The Problem:
An Indianapolis-based nonprofit that regulates student athletes receives student transcripts from high schools around the country. The transcripts contain the required information, but in thousands of different formats. As a result, employees had to enter the documents into a database manually. This was costing the company hundreds of man-hours per week. This was a time consuming and error-prone process. Other local companies were tasked with parsing the data but were ultimately unsuccessful.
The Goal: Parsing the Data
Systematically identify courses and grades across academic year regardless of transcript format. And parse the data from all transcripts into a standard format – eventually entering it into the client’s transcript system. This reduces the manual time and cost.
How We Solved it:
- Robosource used a text extraction library to pinpoint the x and y coordinates for course name, course ID, and course grade.

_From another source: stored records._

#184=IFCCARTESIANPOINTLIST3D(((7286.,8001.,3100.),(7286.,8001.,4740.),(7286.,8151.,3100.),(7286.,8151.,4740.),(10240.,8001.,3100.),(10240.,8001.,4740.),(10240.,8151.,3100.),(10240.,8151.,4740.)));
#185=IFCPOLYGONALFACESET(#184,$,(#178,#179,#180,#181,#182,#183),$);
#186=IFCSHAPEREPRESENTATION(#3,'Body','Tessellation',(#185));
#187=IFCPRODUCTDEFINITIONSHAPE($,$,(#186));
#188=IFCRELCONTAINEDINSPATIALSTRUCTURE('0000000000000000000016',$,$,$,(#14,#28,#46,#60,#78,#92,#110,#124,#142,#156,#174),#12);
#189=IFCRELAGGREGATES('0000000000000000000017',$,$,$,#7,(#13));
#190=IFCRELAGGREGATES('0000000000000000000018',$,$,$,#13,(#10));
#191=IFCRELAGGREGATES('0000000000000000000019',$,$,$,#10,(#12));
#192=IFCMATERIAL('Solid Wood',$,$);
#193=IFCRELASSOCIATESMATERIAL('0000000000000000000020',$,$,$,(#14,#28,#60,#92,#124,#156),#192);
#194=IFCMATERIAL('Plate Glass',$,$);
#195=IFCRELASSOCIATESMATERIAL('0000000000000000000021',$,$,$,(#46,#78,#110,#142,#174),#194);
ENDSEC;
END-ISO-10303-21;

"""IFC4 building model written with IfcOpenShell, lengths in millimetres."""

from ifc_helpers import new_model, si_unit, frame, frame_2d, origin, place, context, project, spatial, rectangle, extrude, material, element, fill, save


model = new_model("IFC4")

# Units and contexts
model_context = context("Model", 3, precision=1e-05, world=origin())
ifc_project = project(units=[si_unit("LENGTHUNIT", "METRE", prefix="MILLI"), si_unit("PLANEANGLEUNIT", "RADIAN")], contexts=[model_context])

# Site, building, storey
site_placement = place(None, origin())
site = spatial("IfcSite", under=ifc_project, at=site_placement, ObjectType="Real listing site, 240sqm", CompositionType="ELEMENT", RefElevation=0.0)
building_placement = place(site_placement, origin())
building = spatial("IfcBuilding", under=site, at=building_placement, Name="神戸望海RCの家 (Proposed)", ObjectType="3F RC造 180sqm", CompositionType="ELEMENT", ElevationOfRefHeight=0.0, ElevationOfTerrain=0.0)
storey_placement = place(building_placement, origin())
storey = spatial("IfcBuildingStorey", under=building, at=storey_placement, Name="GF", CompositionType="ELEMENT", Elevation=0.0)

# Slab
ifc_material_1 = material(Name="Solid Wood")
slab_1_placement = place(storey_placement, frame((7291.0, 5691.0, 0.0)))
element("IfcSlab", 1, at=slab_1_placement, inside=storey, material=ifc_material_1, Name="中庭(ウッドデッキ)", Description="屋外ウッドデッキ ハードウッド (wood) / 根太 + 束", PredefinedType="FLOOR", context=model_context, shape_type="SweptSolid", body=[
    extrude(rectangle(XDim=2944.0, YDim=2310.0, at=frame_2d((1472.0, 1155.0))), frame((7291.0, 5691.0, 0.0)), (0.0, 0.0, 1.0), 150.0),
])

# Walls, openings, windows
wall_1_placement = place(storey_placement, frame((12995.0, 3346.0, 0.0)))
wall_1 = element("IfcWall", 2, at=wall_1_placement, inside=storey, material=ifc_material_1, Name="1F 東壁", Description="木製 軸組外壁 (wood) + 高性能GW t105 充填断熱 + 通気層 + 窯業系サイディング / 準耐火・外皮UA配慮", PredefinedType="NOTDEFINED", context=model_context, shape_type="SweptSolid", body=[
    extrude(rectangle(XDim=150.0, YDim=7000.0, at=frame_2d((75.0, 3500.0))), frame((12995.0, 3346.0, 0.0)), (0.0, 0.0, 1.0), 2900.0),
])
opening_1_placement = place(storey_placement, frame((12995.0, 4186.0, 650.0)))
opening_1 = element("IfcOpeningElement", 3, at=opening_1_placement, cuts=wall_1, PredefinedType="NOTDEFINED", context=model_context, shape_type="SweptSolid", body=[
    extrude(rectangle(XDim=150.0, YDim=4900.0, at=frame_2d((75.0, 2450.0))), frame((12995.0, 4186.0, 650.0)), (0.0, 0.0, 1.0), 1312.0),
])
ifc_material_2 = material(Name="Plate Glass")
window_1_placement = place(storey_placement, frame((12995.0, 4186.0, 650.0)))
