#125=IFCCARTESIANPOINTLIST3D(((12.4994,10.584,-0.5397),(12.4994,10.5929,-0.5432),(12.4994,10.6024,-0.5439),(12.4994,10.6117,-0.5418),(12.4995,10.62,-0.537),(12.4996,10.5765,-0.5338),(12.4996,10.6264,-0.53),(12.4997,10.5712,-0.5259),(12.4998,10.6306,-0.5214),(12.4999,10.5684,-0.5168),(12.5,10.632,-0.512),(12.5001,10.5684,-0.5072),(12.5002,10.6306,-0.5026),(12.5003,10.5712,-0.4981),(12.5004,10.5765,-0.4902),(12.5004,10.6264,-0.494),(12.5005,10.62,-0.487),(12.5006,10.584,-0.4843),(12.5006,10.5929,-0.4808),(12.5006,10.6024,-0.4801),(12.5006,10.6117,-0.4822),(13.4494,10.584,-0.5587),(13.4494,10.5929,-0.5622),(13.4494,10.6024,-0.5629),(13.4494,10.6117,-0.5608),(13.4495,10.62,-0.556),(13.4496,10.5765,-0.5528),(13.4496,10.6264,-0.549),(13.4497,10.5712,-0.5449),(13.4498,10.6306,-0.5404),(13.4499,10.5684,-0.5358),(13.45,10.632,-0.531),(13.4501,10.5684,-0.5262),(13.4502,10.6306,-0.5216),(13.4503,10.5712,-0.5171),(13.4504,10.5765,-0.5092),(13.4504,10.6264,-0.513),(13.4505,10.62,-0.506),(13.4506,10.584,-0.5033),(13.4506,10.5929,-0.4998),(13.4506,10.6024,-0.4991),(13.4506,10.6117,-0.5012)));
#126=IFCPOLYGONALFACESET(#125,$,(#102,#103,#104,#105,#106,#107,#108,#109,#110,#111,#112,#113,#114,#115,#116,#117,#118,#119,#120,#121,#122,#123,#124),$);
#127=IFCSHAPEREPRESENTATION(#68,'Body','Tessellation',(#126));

- We then captured the coordinates of each data point within each document format.
- Parsing the data, we also prescrubbed it before loading it into the database. Up until now those steps had to be done manually.
Results:
- Robosource demonstrated the ability to automate the process of identifying and capturing transcript data across thousands of formats. Phase 2 of this project will save the company hundreds of thousands of dollars annually.
- We are also starting the process of using machine learning from previous transcripts so when the algorithm recognizes the format it puts the transcript into the correct template.
- Future steps are to build API to the database and utilize Optical Character Recognition to capture information from scanned transcripts and images.